Wood's Assassin Spider
- Conservation status: Endangered (SANBI Red List)

Scientific classification
- Kingdom: Animalia
- Phylum: Arthropoda
- Subphylum: Chelicerata
- Class: Arachnida
- Order: Araneae
- Infraorder: Araneomorphae
- Family: Archaeidae
- Genus: Afrarchaea
- Species: A. woodae
- Binomial name: Afrarchaea woodae Lotz, 2006

= Afrarchaea woodae =

- Authority: Lotz, 2006
- Conservation status: EN

Species of spider

Afrarchaea woodae is a species of spider of the genus Afrarchaea. It is endemic to South Africa.

==Distribution==
Afrarchaea woodae is restricted to the Eastern Cape province of South Africa, where it is known from only two coastal locations. The species was found from elevations ranging from 35 to 52 metres above sea level.

Known localities include Eastern Cape (Komga, Kei River Mouth; Cwebe Nature Reserve).

==Habitat==
The species inhabits coastal dune forest environments, where it has been collected from under dry Strelitzia nicolai leaves on the forest floor and from grassy areas behind coastal dunes.

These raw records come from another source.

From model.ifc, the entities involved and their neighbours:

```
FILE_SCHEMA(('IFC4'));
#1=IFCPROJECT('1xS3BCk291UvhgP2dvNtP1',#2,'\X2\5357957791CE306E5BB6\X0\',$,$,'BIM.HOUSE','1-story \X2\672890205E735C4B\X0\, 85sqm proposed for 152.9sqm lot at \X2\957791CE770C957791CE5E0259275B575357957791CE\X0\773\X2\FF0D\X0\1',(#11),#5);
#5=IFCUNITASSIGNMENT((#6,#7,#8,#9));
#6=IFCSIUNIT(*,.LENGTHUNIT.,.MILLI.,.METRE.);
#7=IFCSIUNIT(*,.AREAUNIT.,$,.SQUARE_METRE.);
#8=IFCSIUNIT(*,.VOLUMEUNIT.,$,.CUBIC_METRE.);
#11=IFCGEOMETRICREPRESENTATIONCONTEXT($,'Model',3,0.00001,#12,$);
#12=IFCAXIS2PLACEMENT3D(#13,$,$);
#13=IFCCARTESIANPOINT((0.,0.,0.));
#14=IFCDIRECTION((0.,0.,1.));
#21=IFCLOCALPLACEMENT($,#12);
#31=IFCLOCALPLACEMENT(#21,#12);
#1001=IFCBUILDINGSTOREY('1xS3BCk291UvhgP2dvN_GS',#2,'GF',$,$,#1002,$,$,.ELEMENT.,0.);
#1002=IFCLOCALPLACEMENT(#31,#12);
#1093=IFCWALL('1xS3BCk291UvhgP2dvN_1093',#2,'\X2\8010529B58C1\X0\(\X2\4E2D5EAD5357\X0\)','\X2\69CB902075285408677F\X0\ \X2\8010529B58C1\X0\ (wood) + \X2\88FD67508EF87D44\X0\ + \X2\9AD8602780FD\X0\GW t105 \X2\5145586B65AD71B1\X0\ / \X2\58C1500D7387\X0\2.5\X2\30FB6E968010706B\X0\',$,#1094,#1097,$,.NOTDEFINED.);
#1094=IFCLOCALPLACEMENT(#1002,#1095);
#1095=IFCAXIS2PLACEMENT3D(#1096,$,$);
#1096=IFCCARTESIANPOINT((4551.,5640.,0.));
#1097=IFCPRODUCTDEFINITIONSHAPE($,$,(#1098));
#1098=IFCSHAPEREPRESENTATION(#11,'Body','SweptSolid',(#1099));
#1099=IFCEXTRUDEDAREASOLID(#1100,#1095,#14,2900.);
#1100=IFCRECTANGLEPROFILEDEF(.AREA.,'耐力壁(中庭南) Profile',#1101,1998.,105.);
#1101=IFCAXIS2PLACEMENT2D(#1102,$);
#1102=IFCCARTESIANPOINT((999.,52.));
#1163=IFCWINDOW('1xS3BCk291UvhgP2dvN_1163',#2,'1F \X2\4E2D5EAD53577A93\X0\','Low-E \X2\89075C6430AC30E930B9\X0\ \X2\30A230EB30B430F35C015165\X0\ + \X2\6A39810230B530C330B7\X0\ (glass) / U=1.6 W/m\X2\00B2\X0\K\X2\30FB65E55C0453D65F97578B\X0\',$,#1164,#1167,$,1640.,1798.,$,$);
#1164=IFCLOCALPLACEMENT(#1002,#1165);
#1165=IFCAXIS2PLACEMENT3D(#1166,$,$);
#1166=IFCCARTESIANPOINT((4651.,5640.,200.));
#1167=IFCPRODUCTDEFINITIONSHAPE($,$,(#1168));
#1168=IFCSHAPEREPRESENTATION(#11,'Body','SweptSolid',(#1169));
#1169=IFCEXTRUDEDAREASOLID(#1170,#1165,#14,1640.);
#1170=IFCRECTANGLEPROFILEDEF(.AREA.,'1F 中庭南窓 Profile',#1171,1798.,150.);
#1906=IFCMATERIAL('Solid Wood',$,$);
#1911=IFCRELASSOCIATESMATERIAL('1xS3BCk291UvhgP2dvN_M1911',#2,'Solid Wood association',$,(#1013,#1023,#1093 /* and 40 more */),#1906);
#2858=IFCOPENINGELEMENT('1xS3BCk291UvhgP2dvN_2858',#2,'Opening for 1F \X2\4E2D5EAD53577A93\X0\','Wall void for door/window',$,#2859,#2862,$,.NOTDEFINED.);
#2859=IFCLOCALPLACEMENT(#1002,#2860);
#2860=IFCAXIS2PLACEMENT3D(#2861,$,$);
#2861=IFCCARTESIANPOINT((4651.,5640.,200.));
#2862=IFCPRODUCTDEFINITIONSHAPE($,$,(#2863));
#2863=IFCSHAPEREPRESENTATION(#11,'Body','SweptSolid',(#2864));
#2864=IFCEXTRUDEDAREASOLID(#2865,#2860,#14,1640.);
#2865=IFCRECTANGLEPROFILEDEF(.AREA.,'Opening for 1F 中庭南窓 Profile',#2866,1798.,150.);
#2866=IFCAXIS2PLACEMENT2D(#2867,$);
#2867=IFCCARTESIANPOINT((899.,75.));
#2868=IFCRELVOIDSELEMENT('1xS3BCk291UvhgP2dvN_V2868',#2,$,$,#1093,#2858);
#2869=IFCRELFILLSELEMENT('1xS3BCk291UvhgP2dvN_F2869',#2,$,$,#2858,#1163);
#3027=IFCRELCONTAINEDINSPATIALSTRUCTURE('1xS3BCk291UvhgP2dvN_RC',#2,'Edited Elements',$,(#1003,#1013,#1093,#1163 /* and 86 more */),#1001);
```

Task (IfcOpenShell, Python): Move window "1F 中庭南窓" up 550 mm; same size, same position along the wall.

```python
import numpy as np
import ifcopenshell
import ifcopenshell.api.geometry
import ifcopenshell.util.placement
import ifcopenshell.util.unit

model = ifcopenshell.open("model.ifc")
unit_scale = ifcopenshell.util.unit.calculate_unit_scale(model)

window = model.by_guid("1xS3BCk291UvhgP2dvN_1163")
opening = window.FillsVoids[0].RelatingOpeningElement
dz = 0.55 / unit_scale

shift = np.array([0.0, 0.0, dz])
# The window is not placed relative to its opening, so move both.
for product in (opening, window):
    matrix = ifcopenshell.util.placement.get_local_placement(product.ObjectPlacement)
    matrix[:3, 3] += shift
    ifcopenshell.api.geometry.edit_object_placement(model, product=product, matrix=matrix, is_si=False)

print(f"moved by {dz * unit_scale:+.3f} m")

model.write("model-out.ifc")
```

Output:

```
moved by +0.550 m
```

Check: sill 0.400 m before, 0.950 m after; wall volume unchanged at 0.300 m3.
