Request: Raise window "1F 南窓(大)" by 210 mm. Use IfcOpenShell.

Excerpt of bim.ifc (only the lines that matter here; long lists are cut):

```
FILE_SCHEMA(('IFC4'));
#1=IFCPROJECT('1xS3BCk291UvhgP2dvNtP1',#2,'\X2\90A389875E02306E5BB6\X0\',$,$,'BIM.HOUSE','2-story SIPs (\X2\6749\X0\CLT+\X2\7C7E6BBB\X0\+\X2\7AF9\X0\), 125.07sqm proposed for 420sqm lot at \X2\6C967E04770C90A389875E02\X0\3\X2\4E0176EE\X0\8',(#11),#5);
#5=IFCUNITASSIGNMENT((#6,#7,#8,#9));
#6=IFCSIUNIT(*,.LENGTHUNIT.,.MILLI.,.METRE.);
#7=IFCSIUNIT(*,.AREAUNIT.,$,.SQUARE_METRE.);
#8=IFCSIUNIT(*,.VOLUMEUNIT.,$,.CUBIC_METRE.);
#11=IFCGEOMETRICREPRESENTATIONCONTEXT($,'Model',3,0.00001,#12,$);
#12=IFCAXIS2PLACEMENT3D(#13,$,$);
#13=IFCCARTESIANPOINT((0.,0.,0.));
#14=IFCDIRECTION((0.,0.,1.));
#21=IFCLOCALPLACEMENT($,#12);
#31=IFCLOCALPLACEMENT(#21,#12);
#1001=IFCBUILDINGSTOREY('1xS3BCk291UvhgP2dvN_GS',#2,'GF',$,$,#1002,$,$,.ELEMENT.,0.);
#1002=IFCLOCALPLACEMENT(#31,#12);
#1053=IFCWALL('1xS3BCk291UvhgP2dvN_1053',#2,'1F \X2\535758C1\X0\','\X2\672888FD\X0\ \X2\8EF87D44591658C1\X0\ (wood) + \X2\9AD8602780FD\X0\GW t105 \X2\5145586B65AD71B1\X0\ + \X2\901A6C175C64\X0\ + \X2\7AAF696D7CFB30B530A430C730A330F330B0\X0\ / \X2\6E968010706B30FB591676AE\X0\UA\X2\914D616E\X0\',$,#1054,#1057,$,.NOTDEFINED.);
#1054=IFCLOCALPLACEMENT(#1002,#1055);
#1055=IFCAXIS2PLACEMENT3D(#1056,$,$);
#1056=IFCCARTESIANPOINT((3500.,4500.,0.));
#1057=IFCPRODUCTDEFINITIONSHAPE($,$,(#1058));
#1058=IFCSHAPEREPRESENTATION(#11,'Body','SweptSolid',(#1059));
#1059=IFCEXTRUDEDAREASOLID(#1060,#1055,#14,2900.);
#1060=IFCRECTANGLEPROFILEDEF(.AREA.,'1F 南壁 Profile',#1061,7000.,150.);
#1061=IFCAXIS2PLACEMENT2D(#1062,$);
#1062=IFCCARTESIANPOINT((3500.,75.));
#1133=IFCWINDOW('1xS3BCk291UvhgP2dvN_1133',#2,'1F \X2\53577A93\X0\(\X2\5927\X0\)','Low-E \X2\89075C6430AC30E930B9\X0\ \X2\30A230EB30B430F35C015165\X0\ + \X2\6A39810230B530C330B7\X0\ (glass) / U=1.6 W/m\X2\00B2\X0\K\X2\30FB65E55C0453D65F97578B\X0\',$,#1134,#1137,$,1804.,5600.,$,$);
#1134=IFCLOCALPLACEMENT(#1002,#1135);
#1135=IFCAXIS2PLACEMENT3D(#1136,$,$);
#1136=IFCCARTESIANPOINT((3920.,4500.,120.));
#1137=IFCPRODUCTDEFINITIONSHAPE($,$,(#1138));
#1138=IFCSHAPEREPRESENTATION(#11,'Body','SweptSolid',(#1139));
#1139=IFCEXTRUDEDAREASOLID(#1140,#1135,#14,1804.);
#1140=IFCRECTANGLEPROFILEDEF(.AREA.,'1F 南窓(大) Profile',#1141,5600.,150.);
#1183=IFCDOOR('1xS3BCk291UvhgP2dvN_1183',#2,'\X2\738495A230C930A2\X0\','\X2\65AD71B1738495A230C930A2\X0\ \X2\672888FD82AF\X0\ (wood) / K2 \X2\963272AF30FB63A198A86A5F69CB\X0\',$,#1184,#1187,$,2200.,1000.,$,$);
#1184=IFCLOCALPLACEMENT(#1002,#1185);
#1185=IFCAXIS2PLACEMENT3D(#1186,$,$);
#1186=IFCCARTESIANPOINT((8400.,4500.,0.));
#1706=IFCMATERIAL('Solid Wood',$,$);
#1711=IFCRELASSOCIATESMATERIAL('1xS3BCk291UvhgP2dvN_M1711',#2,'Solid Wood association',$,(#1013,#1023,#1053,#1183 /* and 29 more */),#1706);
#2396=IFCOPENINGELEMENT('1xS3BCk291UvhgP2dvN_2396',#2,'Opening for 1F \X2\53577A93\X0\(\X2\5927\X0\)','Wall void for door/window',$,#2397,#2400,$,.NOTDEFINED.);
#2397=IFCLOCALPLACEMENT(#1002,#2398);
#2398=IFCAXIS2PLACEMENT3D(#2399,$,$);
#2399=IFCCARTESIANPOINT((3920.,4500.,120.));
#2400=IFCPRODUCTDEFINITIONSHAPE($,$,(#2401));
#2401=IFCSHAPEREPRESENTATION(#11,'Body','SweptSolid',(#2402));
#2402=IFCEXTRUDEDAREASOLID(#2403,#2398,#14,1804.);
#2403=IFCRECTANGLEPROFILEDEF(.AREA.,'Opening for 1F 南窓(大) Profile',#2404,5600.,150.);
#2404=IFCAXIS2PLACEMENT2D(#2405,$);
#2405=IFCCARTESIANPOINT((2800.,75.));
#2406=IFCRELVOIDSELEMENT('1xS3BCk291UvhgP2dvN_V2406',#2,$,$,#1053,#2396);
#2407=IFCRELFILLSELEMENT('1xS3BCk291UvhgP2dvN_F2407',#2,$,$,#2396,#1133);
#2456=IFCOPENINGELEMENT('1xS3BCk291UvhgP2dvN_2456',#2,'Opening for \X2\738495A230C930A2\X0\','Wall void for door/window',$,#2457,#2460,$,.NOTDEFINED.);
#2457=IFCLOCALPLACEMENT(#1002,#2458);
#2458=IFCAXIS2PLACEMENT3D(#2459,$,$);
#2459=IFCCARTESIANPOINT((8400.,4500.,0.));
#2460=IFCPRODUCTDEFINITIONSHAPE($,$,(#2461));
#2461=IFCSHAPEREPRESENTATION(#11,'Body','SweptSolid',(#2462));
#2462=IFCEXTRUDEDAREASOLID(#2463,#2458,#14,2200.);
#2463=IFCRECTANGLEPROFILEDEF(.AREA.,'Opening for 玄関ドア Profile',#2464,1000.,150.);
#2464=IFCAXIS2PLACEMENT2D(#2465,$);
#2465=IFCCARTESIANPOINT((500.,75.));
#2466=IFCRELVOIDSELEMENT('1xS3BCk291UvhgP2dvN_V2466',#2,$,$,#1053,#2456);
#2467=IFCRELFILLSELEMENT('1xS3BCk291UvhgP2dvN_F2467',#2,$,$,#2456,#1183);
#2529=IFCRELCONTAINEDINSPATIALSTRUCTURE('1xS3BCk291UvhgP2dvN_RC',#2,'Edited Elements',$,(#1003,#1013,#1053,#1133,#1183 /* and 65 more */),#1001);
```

```python
import numpy as np
import ifcopenshell
import ifcopenshell.api.geometry
import ifcopenshell.util.placement
import ifcopenshell.util.unit

model = ifcopenshell.open("bim.ifc")
unit_scale = ifcopenshell.util.unit.calculate_unit_scale(model)

window = model.by_id(1133)
opening = window.FillsVoids[0].RelatingOpeningElement
dz = 210.0

shift = np.array([0.0, 0.0, dz])
# The window is not placed relative to its opening, so move both.
for product in (opening, window):
    matrix = ifcopenshell.util.placement.get_local_placement(product.ObjectPlacement)
    matrix[:3, 3] += shift
    ifcopenshell.api.geometry.edit_object_placement(model, product=product, matrix=matrix, is_si=False)

print(f"moved by {dz * unit_scale:+.3f} m")

model.write("bim_rev.ifc")
```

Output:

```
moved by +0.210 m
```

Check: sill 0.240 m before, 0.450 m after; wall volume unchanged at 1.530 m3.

This specialized coastal habitat is experiencing ongoing degradation and loss.

==Description==

Afrarchaea woodae exhibits the characteristic features of the genus, including a greatly elevated cephalic region and elongated chelicerae. Both males and females are known for this species.

==Conservation status==
Afrarchaea woodae is classified as Endangered by the South African National Biodiversity Institute. This classification reflects the species' extremely restricted distribution to coastal dune forest habitats that are experiencing ongoing habitat loss.

The primary threats to the species include coastal housing development, subsistence crop cultivation and general coastal development pressures.

The species is currently protected within Cwebe Nature Reserve, but development around the Kei River area represents an ongoing threat. Additional sampling is needed to better understand the species' distribution and population status.

==Behaviour==
Female Afrarchaea woodae exhibit maternal care by attaching their egg sacs to their fourth leg, a behaviour that has been documented photographically and represents a characteristic feature of the genus.

==Taxonomy==
The species was described by L.N. Lotz in 2006 based on both male and female specimens from coastal dune forest habitats. The species has been the subject of additional morphological studies, including micro-computed tomography research that revealed details of the male reproductive anatomy.